Your goal:
Retype the entries word for word, leaving nothing out.

Data provided:
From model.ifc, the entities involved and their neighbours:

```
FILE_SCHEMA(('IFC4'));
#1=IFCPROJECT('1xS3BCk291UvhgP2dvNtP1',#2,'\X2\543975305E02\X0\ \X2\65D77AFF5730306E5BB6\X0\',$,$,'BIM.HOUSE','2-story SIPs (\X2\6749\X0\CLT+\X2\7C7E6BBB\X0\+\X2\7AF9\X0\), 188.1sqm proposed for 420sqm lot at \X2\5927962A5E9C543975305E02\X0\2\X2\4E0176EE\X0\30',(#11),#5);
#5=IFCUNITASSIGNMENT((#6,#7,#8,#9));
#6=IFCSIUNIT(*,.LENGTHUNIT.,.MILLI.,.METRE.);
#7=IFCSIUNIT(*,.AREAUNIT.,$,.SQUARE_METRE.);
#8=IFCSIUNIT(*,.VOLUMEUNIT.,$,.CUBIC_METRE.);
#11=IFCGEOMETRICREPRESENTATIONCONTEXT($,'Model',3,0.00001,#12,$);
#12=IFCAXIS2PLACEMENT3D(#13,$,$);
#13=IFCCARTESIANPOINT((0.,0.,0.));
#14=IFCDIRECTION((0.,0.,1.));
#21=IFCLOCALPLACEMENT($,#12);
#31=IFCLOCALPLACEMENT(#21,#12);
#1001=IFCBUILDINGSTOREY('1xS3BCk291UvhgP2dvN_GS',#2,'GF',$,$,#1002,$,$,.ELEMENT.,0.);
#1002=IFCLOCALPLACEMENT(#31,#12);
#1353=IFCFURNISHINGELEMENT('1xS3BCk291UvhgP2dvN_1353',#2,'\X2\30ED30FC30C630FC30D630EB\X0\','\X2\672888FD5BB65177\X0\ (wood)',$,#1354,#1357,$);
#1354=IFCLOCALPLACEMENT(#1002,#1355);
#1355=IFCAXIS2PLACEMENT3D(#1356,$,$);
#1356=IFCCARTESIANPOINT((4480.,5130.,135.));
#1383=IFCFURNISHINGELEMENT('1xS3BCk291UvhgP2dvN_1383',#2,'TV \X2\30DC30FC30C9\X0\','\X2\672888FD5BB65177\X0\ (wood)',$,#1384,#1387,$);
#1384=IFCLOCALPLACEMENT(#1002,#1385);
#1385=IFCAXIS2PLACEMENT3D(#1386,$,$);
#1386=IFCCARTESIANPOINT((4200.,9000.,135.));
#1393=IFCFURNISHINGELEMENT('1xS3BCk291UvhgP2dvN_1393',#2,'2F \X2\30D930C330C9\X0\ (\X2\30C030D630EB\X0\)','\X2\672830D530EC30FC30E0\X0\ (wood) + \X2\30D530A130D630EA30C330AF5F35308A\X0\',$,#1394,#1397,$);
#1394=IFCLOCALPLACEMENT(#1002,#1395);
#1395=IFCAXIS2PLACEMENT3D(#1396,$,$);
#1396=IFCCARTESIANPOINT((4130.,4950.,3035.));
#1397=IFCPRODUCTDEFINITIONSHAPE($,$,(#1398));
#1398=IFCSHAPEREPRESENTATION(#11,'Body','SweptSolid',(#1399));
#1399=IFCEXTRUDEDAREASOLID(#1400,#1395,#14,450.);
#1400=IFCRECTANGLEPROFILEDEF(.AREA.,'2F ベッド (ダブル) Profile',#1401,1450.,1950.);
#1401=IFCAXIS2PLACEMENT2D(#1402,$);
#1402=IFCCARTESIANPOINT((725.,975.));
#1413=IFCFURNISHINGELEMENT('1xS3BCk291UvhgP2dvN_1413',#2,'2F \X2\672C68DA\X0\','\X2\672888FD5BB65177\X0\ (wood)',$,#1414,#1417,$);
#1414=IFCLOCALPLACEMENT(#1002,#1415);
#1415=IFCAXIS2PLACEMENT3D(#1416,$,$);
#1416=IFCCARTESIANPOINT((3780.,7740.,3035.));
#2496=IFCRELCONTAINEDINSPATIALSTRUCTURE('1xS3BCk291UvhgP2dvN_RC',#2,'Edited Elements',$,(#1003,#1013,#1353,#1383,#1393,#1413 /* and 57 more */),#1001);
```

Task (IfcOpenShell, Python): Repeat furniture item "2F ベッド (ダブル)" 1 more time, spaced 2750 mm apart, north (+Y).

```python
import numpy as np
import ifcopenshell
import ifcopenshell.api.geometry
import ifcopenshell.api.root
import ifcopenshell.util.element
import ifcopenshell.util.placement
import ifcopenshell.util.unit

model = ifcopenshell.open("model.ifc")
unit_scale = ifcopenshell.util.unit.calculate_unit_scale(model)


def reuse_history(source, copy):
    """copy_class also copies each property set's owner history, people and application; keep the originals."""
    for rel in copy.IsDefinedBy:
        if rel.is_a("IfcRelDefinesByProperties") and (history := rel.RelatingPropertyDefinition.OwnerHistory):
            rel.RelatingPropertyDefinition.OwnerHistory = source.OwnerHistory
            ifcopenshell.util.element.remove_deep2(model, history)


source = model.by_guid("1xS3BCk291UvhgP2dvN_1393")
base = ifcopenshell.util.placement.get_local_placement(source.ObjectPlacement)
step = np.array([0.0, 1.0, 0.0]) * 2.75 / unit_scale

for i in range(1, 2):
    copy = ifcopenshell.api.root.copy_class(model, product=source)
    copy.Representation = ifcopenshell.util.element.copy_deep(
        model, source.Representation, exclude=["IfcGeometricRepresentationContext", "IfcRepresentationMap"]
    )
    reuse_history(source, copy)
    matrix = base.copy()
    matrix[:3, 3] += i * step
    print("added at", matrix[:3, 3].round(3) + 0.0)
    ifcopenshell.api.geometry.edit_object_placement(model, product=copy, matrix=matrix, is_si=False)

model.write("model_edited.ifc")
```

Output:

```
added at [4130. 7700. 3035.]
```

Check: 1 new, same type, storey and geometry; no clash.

Your response:
From model.ifc, the entities involved and their neighbours:

```
FILE_SCHEMA(('IFC4'));
#1=IFCPROJECT('1xS3BCk291UvhgP2dvNtP1',#2,'\X2\543975305E02\X0\ \X2\65D77AFF5730306E5BB6\X0\',$,$,'BIM.HOUSE','2-story SIPs (\X2\6749\X0\CLT+\X2\7C7E6BBB\X0\+\X2\7AF9\X0\), 188.1sqm proposed for 420sqm lot at \X2\5927962A5E9C543975305E02\X0\2\X2\4E0176EE\X0\30',(#11),#5);
#5=IFCUNITASSIGNMENT((#6,#7,#8,#9));
#6=IFCSIUNIT(*,.LENGTHUNIT.,.MILLI.,.METRE.);
#7=IFCSIUNIT(*,.AREAUNIT.,$,.SQUARE_METRE.);
#8=IFCSIUNIT(*,.VOLUMEUNIT.,$,.CUBIC_METRE.);
#11=IFCGEOMETRICREPRESENTATIONCONTEXT($,'Model',3,0.00001,#12,$);
#12=IFCAXIS2PLACEMENT3D(#13,$,$);
#13=IFCCARTESIANPOINT((0.,0.,0.));
#14=IFCDIRECTION((0.,0.,1.));
#21=IFCLOCALPLACEMENT($,#12);
#31=IFCLOCALPLACEMENT(#21,#12);
#1001=IFCBUILDINGSTOREY('1xS3BCk291UvhgP2dvN_GS',#2,'GF',$,$,#1002,$,$,.ELEMENT.,0.);
#1002=IFCLOCALPLACEMENT(#31,#12);
#1353=IFCFURNISHINGELEMENT('1xS3BCk291UvhgP2dvN_1353',#2,'\X2\30ED30FC30C630FC30D630EB\X0\','\X2\672888FD5BB65177\X0\ (wood)',$,#1354,#1357,$);
#1354=IFCLOCALPLACEMENT(#1002,#1355);
#1355=IFCAXIS2PLACEMENT3D(#1356,$,$);
#1356=IFCCARTESIANPOINT((4480.,5130.,135.));
#1383=IFCFURNISHINGELEMENT('1xS3BCk291UvhgP2dvN_1383',#2,'TV \X2\30DC30FC30C9\X0\','\X2\672888FD5BB65177\X0\ (wood)',$,#1384,#1387,$);
#1384=IFCLOCALPLACEMENT(#1002,#1385);
#1385=IFCAXIS2PLACEMENT3D(#1386,$,$);
#1386=IFCCARTESIANPOINT((4200.,9000.,135.));
#1393=IFCFURNISHINGELEMENT('1xS3BCk291UvhgP2dvN_1393',#2,'2F \X2\30D930C330C9\X0\ (\X2\30C030D630EB\X0\)','\X2\672830D530EC30FC30E0\X0\ (wood) + \X2\30D530A130D630EA30C330AF5F35308A\X0\',$,#1394,#1397,$);
#1394=IFCLOCALPLACEMENT(#1002,#1395);
#1395=IFCAXIS2PLACEMENT3D(#1396,$,$);
#1396=IFCCARTESIANPOINT((4130.,4950.,3035.));
#1397=IFCPRODUCTDEFINITIONSHAPE($,$,(#1398));
#1398=IFCSHAPEREPRESENTATION(#11,'Body','SweptSolid',(#1399));
#1399=IFCEXTRUDEDAREASOLID(#1400,#1395,#14,450.);
#1400=IFCRECTANGLEPROFILEDEF(.AREA.,'2F ベッド (ダブル) Profile',#1401,1450.,1950.);
#1401=IFCAXIS2PLACEMENT2D(#1402,$);
#1402=IFCCARTESIANPOINT((725.,975.));
#1413=IFCFURNISHINGELEMENT('1xS3BCk291UvhgP2dvN_1413',#2,'2F \X2\672C68DA\X0\','\X2\672888FD5BB65177\X0\ (wood)',$,#1414,#1417,$);
#1414=IFCLOCALPLACEMENT(#1002,#1415);
#1415=IFCAXIS2PLACEMENT3D(#1416,$,$);
#1416=IFCCARTESIANPOINT((3780.,7740.,3035.));
#2496=IFCRELCONTAINEDINSPATIALSTRUCTURE('1xS3BCk291UvhgP2dvN_RC',#2,'Edited Elements',$,(#1003,#1013,#1353,#1383,#1393,#1413 /* and 57 more */),#1001);
```

Task (IfcOpenShell, Python): Repeat furniture item "2F ベッド (ダブル)" 1 more time, spaced 2750 mm apart, north (+Y).

```python
import numpy as np
import ifcopenshell
import ifcopenshell.api.geometry
import ifcopenshell.api.root
import ifcopenshell.util.element
import ifcopenshell.util.placement
import ifcopenshell.util.unit

model = ifcopenshell.open("model.ifc")
unit_scale = ifcopenshell.util.unit.calculate_unit_scale(model)


def reuse_history(source, copy):
    """copy_class also copies each property set's owner history, people and application; keep the originals."""
    for rel in copy.IsDefinedBy:
        if rel.is_a("IfcRelDefinesByProperties") and (history := rel.RelatingPropertyDefinition.OwnerHistory):
            rel.RelatingPropertyDefinition.OwnerHistory = source.OwnerHistory
            ifcopenshell.util.element.remove_deep2(model, history)


source = model.by_guid("1xS3BCk291UvhgP2dvN_1393")
base = ifcopenshell.util.placement.get_local_placement(source.ObjectPlacement)
step = np.array([0.0, 1.0, 0.0]) * 2.75 / unit_scale

for i in range(1, 2):
    copy = ifcopenshell.api.root.copy_class(model, product=source)
    copy.Representation = ifcopenshell.util.element.copy_deep(
        model, source.Representation, exclude=["IfcGeometricRepresentationContext", "IfcRepresentationMap"]
    )
    reuse_history(source, copy)
    matrix = base.copy()
    matrix[:3, 3] += i * step
    print("added at", matrix[:3, 3].round(3) + 0.0)
    ifcopenshell.api.geometry.edit_object_placement(model, product=copy, matrix=matrix, is_si=False)

model.write("model_edited.ifc")
```

Output:

```
added at [4130. 7700. 3035.]
```

Check: 1 new, same type, storey and geometry; no clash.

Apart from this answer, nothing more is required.